# Cake Decorating Questions



## bstephens (Oct 22, 2004)

Hey everyone,
So I'm relatively new to the Cake-decorating world. My mother-in-law is a decorator, so I have some background. I'm trying to do some giant lilies and daisies with buttercream...any advice? What tips to use? I'm also trying to start selling cakes out of my home...any advice on that? I live in a very small town and was told by the health dept. that what they don't know doesn't hurt them...Any good business advice??? Thanks! :chef:


----------



## chrose (Nov 20, 2000)

Yeah, don't listen to whoever told you that! 

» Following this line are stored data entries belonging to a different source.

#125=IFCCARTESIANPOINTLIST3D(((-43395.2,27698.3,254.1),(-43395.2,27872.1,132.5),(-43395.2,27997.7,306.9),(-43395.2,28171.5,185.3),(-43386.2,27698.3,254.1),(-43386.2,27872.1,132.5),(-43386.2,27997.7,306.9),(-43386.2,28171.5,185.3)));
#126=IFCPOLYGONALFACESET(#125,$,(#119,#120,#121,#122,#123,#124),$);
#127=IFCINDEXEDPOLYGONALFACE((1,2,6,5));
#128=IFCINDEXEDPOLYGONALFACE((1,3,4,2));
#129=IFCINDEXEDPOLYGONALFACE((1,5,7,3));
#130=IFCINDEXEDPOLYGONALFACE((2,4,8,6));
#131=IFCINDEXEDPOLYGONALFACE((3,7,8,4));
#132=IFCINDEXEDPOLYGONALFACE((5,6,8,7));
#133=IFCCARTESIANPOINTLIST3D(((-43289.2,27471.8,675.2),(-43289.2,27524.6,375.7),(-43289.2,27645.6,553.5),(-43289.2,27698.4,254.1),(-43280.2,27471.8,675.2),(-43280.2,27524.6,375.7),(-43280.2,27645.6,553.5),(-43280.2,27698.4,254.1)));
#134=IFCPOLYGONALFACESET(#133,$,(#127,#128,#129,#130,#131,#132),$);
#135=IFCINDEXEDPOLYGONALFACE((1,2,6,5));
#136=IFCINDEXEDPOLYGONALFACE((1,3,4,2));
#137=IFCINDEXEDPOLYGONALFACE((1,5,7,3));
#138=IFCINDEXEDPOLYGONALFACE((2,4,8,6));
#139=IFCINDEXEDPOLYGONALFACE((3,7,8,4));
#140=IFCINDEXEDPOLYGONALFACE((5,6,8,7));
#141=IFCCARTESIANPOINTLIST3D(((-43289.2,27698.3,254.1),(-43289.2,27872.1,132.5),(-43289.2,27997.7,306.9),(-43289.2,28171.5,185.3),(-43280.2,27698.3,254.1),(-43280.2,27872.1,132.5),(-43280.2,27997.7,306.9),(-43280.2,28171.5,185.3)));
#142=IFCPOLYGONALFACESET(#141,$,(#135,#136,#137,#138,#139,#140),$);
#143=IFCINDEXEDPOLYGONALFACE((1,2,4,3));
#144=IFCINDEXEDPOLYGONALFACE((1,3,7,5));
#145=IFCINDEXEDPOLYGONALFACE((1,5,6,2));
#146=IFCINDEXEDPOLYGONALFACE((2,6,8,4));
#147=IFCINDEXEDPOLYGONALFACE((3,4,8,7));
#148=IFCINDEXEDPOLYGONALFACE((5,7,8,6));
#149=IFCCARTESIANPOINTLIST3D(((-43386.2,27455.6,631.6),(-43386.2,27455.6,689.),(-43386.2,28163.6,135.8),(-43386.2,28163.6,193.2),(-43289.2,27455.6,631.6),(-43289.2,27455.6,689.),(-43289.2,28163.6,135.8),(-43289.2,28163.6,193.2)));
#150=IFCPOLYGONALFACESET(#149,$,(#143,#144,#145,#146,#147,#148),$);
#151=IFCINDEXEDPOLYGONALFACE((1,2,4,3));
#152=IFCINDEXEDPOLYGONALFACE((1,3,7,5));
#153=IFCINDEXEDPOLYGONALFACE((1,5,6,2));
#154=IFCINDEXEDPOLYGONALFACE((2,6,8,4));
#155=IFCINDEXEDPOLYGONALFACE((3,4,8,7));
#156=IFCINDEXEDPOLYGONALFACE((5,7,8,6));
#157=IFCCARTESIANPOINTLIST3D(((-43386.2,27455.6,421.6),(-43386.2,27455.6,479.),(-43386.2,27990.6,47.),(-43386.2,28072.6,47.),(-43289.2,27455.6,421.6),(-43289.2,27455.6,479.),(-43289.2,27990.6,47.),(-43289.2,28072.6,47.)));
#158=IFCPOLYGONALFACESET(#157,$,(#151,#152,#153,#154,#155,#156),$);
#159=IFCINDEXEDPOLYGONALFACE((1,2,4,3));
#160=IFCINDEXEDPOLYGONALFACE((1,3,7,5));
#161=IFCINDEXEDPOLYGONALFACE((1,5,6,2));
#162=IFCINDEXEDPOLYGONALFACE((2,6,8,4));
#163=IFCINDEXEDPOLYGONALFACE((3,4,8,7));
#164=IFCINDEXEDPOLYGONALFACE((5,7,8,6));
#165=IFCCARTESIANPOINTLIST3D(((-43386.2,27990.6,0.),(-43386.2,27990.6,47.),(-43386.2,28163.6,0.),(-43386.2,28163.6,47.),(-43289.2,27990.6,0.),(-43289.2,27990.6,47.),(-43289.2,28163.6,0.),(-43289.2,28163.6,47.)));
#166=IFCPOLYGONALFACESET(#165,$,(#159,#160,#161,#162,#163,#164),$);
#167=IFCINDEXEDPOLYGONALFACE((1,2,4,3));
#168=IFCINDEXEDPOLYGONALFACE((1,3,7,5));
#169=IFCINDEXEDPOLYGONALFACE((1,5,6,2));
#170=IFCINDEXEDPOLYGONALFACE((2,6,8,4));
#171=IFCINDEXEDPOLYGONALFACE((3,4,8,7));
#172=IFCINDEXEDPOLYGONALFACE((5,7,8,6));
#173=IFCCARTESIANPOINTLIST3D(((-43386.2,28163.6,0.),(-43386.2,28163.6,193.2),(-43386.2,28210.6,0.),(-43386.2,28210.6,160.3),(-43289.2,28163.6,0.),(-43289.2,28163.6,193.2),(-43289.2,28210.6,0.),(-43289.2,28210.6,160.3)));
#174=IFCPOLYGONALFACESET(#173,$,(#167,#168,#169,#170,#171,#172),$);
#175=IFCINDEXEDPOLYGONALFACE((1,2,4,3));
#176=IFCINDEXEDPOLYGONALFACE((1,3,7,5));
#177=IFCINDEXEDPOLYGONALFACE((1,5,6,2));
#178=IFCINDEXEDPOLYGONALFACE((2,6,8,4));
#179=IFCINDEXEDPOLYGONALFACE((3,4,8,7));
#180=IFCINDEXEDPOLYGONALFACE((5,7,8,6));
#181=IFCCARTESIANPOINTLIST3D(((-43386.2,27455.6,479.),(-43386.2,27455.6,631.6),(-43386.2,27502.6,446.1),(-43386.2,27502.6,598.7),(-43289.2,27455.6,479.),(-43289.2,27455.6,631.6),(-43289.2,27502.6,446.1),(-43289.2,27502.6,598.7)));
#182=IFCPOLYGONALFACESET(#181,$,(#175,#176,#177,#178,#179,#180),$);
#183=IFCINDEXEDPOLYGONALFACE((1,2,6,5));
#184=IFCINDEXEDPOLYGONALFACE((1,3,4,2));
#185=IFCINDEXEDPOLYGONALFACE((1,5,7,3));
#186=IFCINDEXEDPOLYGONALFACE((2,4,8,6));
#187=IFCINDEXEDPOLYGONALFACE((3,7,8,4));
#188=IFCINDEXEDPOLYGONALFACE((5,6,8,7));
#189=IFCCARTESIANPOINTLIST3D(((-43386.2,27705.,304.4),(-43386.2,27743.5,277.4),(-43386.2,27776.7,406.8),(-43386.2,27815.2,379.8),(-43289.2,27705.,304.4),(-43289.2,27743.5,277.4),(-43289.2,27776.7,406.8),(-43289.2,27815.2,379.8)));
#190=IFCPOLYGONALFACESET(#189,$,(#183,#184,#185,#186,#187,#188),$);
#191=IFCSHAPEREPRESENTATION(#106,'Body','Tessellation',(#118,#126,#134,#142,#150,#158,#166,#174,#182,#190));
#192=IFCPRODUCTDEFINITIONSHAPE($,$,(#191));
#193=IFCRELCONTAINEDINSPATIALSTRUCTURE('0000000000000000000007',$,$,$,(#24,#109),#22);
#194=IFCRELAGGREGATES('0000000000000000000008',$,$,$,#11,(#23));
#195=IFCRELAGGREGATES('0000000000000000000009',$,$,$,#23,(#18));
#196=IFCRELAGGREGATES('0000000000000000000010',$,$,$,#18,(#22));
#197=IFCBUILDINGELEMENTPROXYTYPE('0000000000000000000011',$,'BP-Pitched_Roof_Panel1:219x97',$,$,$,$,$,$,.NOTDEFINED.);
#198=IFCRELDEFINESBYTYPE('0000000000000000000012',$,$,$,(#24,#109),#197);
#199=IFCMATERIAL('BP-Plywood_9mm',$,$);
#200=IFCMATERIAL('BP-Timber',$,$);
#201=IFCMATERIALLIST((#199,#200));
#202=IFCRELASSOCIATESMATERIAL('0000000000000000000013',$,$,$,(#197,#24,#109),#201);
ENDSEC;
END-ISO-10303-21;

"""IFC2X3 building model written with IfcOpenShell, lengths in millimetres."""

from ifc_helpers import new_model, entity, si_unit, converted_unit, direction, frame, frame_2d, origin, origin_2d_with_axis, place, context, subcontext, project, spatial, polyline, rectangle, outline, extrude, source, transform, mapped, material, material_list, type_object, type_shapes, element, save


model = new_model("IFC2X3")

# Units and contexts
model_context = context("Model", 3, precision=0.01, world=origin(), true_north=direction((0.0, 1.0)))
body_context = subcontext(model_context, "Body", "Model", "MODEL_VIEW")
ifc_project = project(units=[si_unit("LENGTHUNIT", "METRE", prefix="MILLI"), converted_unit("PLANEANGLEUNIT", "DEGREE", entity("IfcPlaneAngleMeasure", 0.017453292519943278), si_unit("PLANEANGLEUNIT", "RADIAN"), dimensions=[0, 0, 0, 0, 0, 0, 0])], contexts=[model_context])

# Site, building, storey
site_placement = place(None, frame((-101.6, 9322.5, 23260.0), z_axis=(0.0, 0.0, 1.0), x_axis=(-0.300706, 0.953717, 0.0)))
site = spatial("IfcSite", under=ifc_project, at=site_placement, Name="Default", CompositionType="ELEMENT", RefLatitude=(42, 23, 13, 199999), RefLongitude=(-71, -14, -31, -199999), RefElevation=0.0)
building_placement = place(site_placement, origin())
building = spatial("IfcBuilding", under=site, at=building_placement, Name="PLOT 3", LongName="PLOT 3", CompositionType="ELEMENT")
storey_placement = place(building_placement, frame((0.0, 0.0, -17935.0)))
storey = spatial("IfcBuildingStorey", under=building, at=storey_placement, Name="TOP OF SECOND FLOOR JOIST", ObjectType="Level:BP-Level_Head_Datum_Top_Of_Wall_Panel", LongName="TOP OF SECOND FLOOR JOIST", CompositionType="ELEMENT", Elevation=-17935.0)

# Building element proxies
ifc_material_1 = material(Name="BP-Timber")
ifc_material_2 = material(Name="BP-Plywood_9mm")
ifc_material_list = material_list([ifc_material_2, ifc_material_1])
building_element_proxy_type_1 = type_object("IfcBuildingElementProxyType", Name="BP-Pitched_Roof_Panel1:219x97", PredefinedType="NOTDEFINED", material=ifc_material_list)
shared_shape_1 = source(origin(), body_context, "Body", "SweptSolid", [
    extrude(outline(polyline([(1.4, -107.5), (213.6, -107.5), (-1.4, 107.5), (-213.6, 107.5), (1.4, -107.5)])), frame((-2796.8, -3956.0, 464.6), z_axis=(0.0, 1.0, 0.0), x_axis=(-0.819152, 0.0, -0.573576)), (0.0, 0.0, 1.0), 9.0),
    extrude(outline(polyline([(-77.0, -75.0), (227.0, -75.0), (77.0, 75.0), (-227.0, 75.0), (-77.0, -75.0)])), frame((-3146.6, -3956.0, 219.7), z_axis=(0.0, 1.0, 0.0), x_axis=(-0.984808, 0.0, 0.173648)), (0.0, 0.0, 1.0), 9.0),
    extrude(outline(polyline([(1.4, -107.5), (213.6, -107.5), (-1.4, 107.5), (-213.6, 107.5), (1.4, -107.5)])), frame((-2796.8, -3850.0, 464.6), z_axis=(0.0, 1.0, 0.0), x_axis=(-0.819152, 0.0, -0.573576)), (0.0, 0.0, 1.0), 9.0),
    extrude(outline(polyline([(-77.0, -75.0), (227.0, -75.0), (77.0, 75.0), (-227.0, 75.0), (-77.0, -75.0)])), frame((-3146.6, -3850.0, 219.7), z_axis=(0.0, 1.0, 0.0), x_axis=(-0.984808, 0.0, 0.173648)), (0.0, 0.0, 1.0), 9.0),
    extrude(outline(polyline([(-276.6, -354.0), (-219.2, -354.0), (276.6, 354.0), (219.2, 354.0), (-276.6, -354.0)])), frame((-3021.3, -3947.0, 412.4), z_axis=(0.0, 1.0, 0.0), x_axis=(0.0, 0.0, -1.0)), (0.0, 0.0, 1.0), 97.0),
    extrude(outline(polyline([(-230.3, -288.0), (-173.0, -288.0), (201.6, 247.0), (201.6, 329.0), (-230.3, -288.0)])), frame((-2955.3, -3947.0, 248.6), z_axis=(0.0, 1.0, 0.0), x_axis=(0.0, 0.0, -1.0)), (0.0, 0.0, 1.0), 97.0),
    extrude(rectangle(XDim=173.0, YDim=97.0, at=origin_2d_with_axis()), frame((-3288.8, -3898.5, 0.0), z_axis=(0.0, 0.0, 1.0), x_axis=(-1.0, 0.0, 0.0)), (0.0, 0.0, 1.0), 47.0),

Otherwise, along with the people here, try this site for useful books and tips.
http://winbeckler.com/


----------



## panini (Jul 28, 2001)

I second Chrose!
They're right. It dosen't matter till someone complains. Do it right, you'll be a lot happier. 
I had someone crack a tooth on a brownie shell last month. It was a pleasure to tell them that I will notify my ins. agent right away. She opted for removal and an implant. She's happy, I'm happy, my rates might go up. But I don't think I could afford what she is having done.


----------



## momoreg (Mar 4, 2000)

A brownie shell...What kinda brownies are you selling???   :lol:


----------



## panini (Jul 28, 2001)

Yes! they were 3 months old  
A pecan shell :lips:


----------